Against the backdrop of the 2016 Presidential Election, Eugene Jarecki takes Elvis Presley’s Rolls Royce on a road trip around America. In addition to a host of famous faces, he meets ordinary citizens who have had their lives affected by ‘The King’. Along the way he charts the rise and fall of Presley, and how his journey mirrors that of the country that made him.

Jarecki is joined on his road trip by a fantastic cast of talking heads. Ethan Hawke, Chuck D, Van Jones, Emmy Lou Harris, Dan Rather and so many others offer their views on Elvis and America, and they all have something interesting to say (with the possible exception of Ashton Kutcher and his musings on fame). They aren’t always right in their assertions however; at one point Alec Baldwin says to the camera, with complete and utter certitude, “Trump’s not going to win [the election]”. Watching from 2018, you can almost feel him wincing.

Although The King is sympathetic to Presley, it’s never hagiographic. The most interesting thoughts come from those who regarded him with distrust and anger. Chuck D, who famously called Elvis a racist in the song ‘Fight The Power’, explains his thinking. Together with CNN contributor Van Jones, he explains the frustration many African-Americans felt at seeing their music repurposed for white audiences, whilst segregation and other racist atrocities were still in full flow. And unlike plenty of his celebrity peers, Elvis stayed largely silent on civil rights issues. He didn’t march with Martin Luther King. To a good deal of black folk, he was a hypocrite.Even amongst those who laud Presley as a hero, the focus here is largely on the poor decisions he made, and the way America both built him up and destroyed him. “Elvis picked money at every turn”, says Ethan Hawke, “And where did that leave him? Dead and fat on the toilet at forty-two”. The King closes on ‘fat Elvis’ performing in Vegas. Suffering the effects of his pill addiction, bloated and clearly embarrassed, this version of Elvis is hard to watch. Jarecki opines that this Elvis – this swollen, sick version of something once so beautiful – is where America is right now. As metaphors go, it is pretty close to perfection.

The King has an absurd scope. In less than two hours it covers both the whole of Elvis’s career, and nearly every hot button issue facing America today. It’s a daunting, ambitious project, especially using Jarecki’s freewheeling approach. It could have easily gone wrong.

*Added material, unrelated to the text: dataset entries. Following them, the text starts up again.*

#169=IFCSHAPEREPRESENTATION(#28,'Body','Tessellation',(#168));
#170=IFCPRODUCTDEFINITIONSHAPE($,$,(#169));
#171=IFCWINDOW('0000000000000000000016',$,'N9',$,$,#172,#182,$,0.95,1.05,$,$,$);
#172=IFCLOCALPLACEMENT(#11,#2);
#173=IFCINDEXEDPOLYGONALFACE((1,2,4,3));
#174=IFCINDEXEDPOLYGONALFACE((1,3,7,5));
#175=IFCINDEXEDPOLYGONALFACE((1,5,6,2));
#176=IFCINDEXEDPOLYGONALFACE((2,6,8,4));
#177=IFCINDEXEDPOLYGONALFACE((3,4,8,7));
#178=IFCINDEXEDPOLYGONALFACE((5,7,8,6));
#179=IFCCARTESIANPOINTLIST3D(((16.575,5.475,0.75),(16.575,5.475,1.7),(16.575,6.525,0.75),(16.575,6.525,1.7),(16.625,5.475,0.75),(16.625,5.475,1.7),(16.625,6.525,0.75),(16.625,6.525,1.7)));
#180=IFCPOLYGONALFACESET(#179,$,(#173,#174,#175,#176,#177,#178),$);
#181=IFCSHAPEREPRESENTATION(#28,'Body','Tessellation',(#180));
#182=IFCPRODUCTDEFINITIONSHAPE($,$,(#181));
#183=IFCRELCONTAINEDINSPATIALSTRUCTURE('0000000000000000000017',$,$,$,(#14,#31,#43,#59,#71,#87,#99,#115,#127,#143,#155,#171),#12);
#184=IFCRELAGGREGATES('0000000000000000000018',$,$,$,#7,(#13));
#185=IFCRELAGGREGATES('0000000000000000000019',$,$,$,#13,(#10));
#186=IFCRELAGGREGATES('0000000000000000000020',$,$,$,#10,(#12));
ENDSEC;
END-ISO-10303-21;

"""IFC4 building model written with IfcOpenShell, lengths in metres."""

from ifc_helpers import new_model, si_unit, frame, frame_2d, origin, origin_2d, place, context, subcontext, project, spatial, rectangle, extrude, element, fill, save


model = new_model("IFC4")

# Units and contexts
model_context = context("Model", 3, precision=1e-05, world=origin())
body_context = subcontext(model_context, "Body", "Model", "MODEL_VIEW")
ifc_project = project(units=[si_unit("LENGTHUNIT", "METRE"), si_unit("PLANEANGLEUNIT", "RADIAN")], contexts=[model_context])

And yet, the enormous, decadent, convoluted documentary suits its subjects, both Elvis and America, down to the ground. Watching The King feels like standing in front of an open fire hydrant and getting soaked; history, opinion, music, images and debates are blasted in your face, and before you’ve had time to process one thing, the film has moved on. You have to run to keep up. It’s invigorating and exhausting – the perfect document of these strange times, filtered through the lens of a twentieth century legend.